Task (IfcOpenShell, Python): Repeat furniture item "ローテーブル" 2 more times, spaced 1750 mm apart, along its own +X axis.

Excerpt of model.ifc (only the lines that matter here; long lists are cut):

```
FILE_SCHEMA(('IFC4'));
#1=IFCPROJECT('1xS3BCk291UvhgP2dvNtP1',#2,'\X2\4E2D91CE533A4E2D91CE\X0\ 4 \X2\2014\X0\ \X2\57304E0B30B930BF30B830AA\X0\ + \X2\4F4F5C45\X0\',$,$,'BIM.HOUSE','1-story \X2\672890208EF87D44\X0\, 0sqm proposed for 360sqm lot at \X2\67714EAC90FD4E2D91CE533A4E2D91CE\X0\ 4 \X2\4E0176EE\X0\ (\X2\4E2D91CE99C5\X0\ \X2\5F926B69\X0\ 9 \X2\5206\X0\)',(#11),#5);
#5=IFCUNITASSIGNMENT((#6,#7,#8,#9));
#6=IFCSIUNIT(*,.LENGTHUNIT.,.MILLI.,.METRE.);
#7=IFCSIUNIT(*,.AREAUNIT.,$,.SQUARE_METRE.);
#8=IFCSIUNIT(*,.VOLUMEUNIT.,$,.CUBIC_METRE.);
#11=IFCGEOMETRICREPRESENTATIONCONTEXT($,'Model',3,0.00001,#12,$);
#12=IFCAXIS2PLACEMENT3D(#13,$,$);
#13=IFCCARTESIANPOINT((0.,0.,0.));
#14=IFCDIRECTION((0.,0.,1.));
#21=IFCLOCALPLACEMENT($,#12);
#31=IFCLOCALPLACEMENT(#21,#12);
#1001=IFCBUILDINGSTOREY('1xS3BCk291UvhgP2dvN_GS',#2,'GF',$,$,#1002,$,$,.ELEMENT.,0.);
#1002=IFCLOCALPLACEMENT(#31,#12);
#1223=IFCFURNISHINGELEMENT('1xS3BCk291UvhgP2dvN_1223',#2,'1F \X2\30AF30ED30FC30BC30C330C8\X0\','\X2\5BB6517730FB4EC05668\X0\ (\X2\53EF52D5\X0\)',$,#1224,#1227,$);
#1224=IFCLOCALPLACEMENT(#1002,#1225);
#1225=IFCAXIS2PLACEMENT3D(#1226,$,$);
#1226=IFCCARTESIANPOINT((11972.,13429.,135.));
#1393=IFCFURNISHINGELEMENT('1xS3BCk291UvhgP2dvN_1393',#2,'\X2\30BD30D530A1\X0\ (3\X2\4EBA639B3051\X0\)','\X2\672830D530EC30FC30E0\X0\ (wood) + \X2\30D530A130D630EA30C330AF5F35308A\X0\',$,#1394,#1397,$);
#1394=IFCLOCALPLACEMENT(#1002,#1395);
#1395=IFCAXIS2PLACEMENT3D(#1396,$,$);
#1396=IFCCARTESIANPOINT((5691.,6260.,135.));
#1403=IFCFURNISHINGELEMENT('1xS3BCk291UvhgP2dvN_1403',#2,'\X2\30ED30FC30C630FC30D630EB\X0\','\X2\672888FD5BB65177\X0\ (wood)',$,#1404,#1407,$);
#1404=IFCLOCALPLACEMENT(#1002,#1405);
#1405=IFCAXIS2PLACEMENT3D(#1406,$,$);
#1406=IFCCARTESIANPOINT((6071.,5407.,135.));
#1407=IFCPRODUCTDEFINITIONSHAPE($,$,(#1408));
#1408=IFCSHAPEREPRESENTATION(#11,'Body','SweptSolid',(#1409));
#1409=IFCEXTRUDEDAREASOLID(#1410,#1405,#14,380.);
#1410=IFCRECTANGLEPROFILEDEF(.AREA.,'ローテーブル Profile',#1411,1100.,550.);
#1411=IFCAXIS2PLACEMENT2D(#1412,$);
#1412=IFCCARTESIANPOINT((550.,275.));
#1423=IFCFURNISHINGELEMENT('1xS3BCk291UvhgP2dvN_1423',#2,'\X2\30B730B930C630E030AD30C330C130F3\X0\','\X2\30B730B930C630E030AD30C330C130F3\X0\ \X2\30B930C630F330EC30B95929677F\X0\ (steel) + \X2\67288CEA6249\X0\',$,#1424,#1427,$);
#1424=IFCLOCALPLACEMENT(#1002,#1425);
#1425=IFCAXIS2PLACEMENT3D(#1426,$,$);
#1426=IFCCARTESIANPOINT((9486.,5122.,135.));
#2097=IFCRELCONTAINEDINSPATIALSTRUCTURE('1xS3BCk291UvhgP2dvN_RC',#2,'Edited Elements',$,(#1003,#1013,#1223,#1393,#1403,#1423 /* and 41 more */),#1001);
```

```python
import ifcopenshell
import ifcopenshell.api.geometry
import ifcopenshell.api.root
import ifcopenshell.util.element
import ifcopenshell.util.placement

model = ifcopenshell.open("model.ifc")


def reuse_history(source, copy):
    """copy_class also copies each property set's owner history, people and application; keep the originals."""
    for rel in copy.IsDefinedBy:
        if rel.is_a("IfcRelDefinesByProperties") and (history := rel.RelatingPropertyDefinition.OwnerHistory):
            rel.RelatingPropertyDefinition.OwnerHistory = source.OwnerHistory
            ifcopenshell.util.element.remove_deep2(model, history)


source = model.by_guid("1xS3BCk291UvhgP2dvN_1403")
base = ifcopenshell.util.placement.get_local_placement(source.ObjectPlacement)
step = base[:3, 0] * 1750.0

for i in range(1, 3):
    copy = ifcopenshell.api.root.copy_class(model, product=source)
    copy.Representation = ifcopenshell.util.element.copy_deep(
        model, source.Representation, exclude=["IfcGeometricRepresentationContext", "IfcRepresentationMap"]
    )
    reuse_history(source, copy)
    matrix = base.copy()
    matrix[:3, 3] += i * step
    print("added at", matrix[:3, 3].round(3) + 0.0)
    ifcopenshell.api.geometry.edit_object_placement(model, product=copy, matrix=matrix, is_si=False)

model.write("model_rev.ifc")
```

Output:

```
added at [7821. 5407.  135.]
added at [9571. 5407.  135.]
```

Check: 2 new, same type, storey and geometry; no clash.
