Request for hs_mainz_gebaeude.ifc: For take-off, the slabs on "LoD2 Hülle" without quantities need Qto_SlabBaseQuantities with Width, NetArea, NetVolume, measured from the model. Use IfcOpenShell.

First a look at what the model holds.

```python
import ifcopenshell
import ifcopenshell.util.element
import ifcopenshell.util.unit

model = ifcopenshell.open("hs_mainz_gebaeude.ifc")
print(model.schema)
for unit_type in ("LENGTHUNIT", "AREAUNIT", "VOLUMEUNIT"):
    print(unit_type, ifcopenshell.util.unit.calculate_unit_scale(model, unit_type))
storey = next(s for s in model.by_type("IfcBuildingStorey") if s.Name == "LoD2 Hülle")
slabs = [e for e in ifcopenshell.util.element.get_decomposition(storey) if e.is_a("IfcSlab")]
for e in sorted(slabs, key=lambda e: e.id()):
    print(e.id(), e.is_a(), e.Name, list(ifcopenshell.util.element.get_psets(e, qtos_only=True)), sep=" | ")
```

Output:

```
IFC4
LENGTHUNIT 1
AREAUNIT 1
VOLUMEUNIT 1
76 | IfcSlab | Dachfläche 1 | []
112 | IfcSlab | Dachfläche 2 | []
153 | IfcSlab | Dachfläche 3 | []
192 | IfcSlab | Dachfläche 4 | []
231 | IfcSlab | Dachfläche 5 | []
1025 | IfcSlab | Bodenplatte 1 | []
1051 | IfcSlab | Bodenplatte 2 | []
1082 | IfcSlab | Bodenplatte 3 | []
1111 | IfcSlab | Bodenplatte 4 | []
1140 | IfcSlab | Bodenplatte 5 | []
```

```python
import ifcopenshell
import ifcopenshell.api.pset
import ifcopenshell.geom
import ifcopenshell.util.element
import ifcopenshell.util.shape
import ifcopenshell.util.unit

model = ifcopenshell.open("hs_mainz_gebaeude.ifc")
unit_scale = ifcopenshell.util.unit.calculate_unit_scale(model)
area_scale = ifcopenshell.util.unit.calculate_unit_scale(model, "AREAUNIT")
volume_scale = ifcopenshell.util.unit.calculate_unit_scale(model, "VOLUMEUNIT")
settings = ifcopenshell.geom.settings()

storey = next(s for s in model.by_type("IfcBuildingStorey") if s.Name == "LoD2 Hülle")
slabs = [e for e in ifcopenshell.util.element.get_decomposition(storey) if e.is_a("IfcSlab")]

for e in sorted(slabs, key=lambda e: e.id()):
    if ifcopenshell.util.element.get_psets(e, qtos_only=True, should_inherit=False):
        continue
    # Geometry comes back in metres, in the element's own axes.
    shape = ifcopenshell.geom.create_shape(settings, e)
    values = {
        "Width": ifcopenshell.util.shape.get_z(shape.geometry) / unit_scale,
        "NetArea": ifcopenshell.util.shape.get_footprint_area(shape.geometry) / area_scale,
        "NetVolume": ifcopenshell.util.shape.get_volume(shape.geometry) / volume_scale,
    }
    qto = ifcopenshell.api.pset.add_qto(model, product=e, name="Qto_SlabBaseQuantities")
    ifcopenshell.api.pset.edit_qto(model, qto=qto, properties=values)
    print(e.id(), {k: round(v, 3) for k, v in values.items()})

model.write("hs_mainz_gebaeude_rev.ifc")
```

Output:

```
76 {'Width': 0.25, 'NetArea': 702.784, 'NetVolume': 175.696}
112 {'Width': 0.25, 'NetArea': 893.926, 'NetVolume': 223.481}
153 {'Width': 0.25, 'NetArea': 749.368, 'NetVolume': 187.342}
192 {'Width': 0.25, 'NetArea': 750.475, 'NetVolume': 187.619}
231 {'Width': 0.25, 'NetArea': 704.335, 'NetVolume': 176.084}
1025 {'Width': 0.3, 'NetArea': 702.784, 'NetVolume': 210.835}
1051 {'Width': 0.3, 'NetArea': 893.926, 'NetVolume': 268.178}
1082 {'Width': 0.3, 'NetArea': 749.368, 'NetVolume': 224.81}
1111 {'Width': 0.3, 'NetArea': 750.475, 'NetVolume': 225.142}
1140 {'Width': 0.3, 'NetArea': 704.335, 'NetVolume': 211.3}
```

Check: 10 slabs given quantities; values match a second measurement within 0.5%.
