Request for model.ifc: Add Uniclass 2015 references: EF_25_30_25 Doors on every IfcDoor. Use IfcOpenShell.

First a look at what the model holds.

```python
import ifcopenshell

model = ifcopenshell.open("model.ifc")
print(model.schema)
print("classifications:", [c.Name for c in model.by_type("IfcClassification")])
for ifc_class in ("IfcDoor", "IfcRoof", "IfcStair", "IfcWall", "IfcWindow"):
    print(ifc_class, len(model.by_type(ifc_class)))
```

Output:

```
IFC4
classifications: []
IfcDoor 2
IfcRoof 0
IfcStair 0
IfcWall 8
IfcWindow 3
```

```python
import ifcopenshell
import ifcopenshell.api.classification

model = ifcopenshell.open("model.ifc")

system = ifcopenshell.api.classification.add_classification(model, classification="Uniclass 2015")

codes = {
    "IfcDoor": ("EF_25_30_25", "Doors"),
}
for ifc_class, (code, name) in codes.items():
    products = model.by_type(ifc_class)
    ifcopenshell.api.classification.add_reference(
        model, products=products, classification=system, identification=code, name=name
    )
    print(code, len(products))

model.write("model-out.ifc")
```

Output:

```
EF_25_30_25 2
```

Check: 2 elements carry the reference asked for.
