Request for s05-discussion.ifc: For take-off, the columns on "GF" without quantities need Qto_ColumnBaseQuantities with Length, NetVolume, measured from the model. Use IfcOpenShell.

First a look at what the model holds.

```python
import ifcopenshell
import ifcopenshell.util.element
import ifcopenshell.util.unit

model = ifcopenshell.open("s05-discussion.ifc")
print(model.schema)
for unit_type in ("LENGTHUNIT", "AREAUNIT", "VOLUMEUNIT"):
    print(unit_type, ifcopenshell.util.unit.calculate_unit_scale(model, unit_type))
storey = next(s for s in model.by_type("IfcBuildingStorey") if s.Name == "GF")
columns = [e for e in ifcopenshell.util.element.get_decomposition(storey) if e.is_a("IfcColumn")]
for e in sorted(columns, key=lambda e: e.id()):
    print(e.id(), e.is_a(), e.Name, list(ifcopenshell.util.element.get_psets(e, qtos_only=True)), sep=" | ")
```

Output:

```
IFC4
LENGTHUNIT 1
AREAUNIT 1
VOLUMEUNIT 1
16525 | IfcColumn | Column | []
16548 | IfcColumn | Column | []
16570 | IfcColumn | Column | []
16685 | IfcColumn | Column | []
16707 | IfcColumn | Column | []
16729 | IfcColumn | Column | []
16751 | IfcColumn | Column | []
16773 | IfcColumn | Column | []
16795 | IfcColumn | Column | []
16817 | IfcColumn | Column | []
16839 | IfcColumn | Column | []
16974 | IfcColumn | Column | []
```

```python
import ifcopenshell
import ifcopenshell.api.pset
import ifcopenshell.geom
import ifcopenshell.util.element
import ifcopenshell.util.shape
import ifcopenshell.util.unit

model = ifcopenshell.open("s05-discussion.ifc")
unit_scale = ifcopenshell.util.unit.calculate_unit_scale(model)
volume_scale = ifcopenshell.util.unit.calculate_unit_scale(model, "VOLUMEUNIT")
settings = ifcopenshell.geom.settings()

storey = next(s for s in model.by_type("IfcBuildingStorey") if s.Name == "GF")
columns = [e for e in ifcopenshell.util.element.get_decomposition(storey) if e.is_a("IfcColumn")]

for e in sorted(columns, key=lambda e: e.id()):
    if ifcopenshell.util.element.get_psets(e, qtos_only=True, should_inherit=False):
        continue
    # Geometry comes back in metres, in the element's own axes.
    shape = ifcopenshell.geom.create_shape(settings, e)
    values = {
        "Length": ifcopenshell.util.shape.get_z(shape.geometry) / unit_scale,
        "NetVolume": ifcopenshell.util.shape.get_volume(shape.geometry) / volume_scale,
    }
    qto = ifcopenshell.api.pset.add_qto(model, product=e, name="Qto_ColumnBaseQuantities")
    ifcopenshell.api.pset.edit_qto(model, qto=qto, properties=values)
    print(e.id(), {k: round(v, 3) for k, v in values.items()})

model.write("s05-discussion_rev.ifc")
```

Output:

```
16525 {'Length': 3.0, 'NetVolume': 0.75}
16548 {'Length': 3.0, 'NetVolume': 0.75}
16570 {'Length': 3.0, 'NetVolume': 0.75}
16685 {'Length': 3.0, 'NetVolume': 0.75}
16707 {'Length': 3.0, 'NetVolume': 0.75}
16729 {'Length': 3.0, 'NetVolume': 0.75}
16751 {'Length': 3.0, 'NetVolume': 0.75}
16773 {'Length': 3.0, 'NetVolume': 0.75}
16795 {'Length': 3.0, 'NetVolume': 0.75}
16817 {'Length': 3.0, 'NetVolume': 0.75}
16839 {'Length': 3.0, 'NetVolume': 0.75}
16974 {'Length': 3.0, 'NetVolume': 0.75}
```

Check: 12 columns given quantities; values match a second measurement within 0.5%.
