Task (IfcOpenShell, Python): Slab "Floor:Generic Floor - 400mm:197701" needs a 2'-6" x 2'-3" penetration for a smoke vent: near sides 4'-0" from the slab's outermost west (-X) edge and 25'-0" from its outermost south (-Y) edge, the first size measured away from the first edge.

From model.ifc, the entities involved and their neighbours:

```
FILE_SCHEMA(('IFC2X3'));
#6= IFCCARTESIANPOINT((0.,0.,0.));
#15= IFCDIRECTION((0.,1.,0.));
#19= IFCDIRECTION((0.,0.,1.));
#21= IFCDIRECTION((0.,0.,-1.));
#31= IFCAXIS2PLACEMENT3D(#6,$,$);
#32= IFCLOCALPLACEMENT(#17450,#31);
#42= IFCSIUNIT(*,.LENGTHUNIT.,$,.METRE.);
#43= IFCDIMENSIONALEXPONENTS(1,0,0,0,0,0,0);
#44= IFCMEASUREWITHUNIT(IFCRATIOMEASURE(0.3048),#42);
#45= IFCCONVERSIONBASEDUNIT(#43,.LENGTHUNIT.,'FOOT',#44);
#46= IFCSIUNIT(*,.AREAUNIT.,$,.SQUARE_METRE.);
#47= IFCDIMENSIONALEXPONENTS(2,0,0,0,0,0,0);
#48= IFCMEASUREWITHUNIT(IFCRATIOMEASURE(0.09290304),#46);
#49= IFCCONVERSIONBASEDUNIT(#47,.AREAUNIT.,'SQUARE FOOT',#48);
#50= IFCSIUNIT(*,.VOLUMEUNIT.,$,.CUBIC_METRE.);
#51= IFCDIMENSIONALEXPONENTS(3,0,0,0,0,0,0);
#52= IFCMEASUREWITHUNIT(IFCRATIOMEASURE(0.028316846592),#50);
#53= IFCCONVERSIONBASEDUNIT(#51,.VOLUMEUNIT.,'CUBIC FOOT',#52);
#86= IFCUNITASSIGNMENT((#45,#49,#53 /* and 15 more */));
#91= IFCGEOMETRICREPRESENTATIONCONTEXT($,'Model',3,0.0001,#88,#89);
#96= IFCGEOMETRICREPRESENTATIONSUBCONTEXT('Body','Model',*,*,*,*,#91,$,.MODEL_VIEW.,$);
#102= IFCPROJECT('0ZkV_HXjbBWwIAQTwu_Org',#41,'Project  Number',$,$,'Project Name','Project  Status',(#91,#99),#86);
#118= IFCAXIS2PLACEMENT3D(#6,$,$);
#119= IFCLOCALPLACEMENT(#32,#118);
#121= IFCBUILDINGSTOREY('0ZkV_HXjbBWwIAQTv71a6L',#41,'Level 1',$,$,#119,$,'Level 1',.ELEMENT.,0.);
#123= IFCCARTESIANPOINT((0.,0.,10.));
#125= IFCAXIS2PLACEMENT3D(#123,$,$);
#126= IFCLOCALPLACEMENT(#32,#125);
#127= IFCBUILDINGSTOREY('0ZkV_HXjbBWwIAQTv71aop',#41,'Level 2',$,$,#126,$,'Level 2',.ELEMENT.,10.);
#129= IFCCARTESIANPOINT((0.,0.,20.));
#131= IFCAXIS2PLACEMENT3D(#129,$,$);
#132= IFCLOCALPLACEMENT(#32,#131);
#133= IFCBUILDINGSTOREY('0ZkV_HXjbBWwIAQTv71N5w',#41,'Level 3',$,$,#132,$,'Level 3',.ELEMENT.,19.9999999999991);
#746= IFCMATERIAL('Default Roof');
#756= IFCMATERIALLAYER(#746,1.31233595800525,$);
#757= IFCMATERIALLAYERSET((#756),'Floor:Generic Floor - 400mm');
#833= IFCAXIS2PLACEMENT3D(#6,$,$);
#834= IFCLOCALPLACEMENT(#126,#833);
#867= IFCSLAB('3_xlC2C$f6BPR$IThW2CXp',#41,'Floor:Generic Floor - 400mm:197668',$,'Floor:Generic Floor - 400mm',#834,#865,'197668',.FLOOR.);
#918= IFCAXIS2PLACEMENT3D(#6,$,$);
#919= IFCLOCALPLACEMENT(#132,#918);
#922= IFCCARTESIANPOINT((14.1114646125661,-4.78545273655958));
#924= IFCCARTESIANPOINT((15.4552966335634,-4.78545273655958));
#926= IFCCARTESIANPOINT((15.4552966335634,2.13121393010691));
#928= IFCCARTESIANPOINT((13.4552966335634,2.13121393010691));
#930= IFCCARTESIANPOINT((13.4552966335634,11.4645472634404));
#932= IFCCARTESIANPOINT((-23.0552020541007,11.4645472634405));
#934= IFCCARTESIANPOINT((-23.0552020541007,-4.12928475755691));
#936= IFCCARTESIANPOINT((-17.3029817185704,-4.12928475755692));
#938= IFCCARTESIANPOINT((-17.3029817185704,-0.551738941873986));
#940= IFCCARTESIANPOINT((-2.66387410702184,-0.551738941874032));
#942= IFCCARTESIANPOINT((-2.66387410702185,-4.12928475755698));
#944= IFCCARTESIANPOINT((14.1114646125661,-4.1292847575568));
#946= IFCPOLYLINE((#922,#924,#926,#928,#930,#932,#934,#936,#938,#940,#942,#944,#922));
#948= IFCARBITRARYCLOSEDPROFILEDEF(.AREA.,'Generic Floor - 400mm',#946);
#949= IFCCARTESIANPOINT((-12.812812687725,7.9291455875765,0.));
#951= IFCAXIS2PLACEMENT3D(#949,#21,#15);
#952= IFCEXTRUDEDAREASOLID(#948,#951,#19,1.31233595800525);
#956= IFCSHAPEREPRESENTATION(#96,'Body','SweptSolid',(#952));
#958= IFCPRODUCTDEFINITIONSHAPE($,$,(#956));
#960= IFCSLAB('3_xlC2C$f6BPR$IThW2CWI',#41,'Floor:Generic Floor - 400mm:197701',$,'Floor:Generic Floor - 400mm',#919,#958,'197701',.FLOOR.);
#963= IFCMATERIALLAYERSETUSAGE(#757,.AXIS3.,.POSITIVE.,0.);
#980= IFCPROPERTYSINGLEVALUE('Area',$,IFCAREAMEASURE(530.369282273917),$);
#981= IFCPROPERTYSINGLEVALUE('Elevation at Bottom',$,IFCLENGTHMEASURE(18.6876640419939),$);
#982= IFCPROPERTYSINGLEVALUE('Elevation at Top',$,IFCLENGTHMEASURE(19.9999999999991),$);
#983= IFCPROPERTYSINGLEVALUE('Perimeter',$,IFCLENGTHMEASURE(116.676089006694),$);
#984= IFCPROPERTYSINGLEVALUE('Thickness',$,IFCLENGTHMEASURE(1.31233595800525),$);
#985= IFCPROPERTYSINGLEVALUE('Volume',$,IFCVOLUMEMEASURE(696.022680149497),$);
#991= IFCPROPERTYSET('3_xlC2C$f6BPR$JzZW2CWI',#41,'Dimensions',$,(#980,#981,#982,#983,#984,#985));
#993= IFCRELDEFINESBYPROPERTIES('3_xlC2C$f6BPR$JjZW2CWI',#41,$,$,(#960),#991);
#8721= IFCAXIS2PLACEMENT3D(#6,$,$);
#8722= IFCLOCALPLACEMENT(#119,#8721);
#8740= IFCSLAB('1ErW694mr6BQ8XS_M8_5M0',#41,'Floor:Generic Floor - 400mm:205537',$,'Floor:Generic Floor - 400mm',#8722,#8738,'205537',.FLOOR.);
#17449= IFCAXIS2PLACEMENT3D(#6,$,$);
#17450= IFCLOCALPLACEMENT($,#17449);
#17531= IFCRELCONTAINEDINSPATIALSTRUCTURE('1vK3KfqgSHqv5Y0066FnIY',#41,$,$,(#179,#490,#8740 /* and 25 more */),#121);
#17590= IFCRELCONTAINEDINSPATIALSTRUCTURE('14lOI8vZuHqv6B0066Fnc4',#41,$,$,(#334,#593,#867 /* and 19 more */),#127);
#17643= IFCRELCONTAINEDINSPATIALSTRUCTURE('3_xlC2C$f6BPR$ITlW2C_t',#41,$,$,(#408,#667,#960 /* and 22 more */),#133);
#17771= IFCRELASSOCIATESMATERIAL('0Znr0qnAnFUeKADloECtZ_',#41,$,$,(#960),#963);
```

```python
import numpy as np
import ifcopenshell
import ifcopenshell.api.feature
import ifcopenshell.api.geometry
import ifcopenshell.api.pset
import ifcopenshell.api.root
import ifcopenshell.geom
import ifcopenshell.util.element
import ifcopenshell.util.placement
import ifcopenshell.util.representation
import ifcopenshell.util.shape
import ifcopenshell.util.unit

model = ifcopenshell.open("model.ifc")
unit_scale = ifcopenshell.util.unit.calculate_unit_scale(model)
area_scale = ifcopenshell.util.unit.calculate_unit_scale(model, "AREAUNIT")
volume_scale = ifcopenshell.util.unit.calculate_unit_scale(model, "VOLUMEUNIT")
settings = ifcopenshell.geom.settings()


def volume(element):
    """Net volume in cubic metres, openings subtracted."""
    shape = ifcopenshell.geom.create_shape(settings, element)
    return ifcopenshell.util.shape.get_volume(shape.geometry)


slab = model.by_guid("3_xlC2C$f6BPR$IThW2CWI")
before = volume(slab)

# Extent in the slab's own axes, in metres. The edges named are its -X and -Y sides.
slab_shape = ifcopenshell.geom.create_shape(settings, slab)
vertices = ifcopenshell.util.shape.get_vertices(slab_shape.geometry)
x_min, y_min, bottom = vertices.min(axis=0)
top = vertices[:, 2].max()

opening = ifcopenshell.api.root.create_entity(model, ifc_class="IfcOpeningElement", name="Smoke vent opening")
context = ifcopenshell.util.representation.get_context(model, "Model", "Body", "MODEL_VIEW")
width, depth = 0.762, 0.6858
outline = [(0.0, 0.0), (width, 0.0), (width, depth), (0.0, depth), (0.0, 0.0)]
# Overshoot both faces by 50 mm so the cut is clean.
shape = ifcopenshell.api.geometry.add_slab_representation(
    model, context=context, depth=top - bottom + 0.1, polyline=outline
)
ifcopenshell.api.geometry.assign_representation(model, product=opening, representation=shape)

matrix = ifcopenshell.util.placement.get_local_placement(slab.ObjectPlacement)
matrix[:, 3] = matrix @ np.append(np.array([x_min + 1.2192, y_min + 7.62, bottom - 0.05]) / unit_scale, 1.0)
ifcopenshell.api.geometry.edit_object_placement(model, product=opening, matrix=matrix, is_si=False)
ifcopenshell.api.feature.add_feature(model, feature=opening, element=slab)

after = volume(slab)

# Update the slab's stored quantities.
pset = model.by_id(ifcopenshell.util.element.get_pset(slab, "Dimensions", should_inherit=False)["id"])
ifcopenshell.api.pset.edit_pset(model, pset=pset, properties={
    "Area": model.create_entity("IfcAreaMeasure", after / (top - bottom) / area_scale),
    "Volume": model.create_entity("IfcVolumeMeasure", after / volume_scale),
})

print(f"slab volume {before:.3f} -> {after:.3f} m3")

model.write("model-out.ifc")
```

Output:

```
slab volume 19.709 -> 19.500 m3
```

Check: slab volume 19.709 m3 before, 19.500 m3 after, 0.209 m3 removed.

— Work to complete —
Every line where "IFCRATIOMEASURE" appears must be returned from the listing above.

— Exercise result —
#44= IFCMEASUREWITHUNIT(IFCRATIOMEASURE(0.3048),#42);
#48= IFCMEASUREWITHUNIT(IFCRATIOMEASURE(0.09290304),#46);
#52= IFCMEASUREWITHUNIT(IFCRATIOMEASURE(0.028316846592),#50);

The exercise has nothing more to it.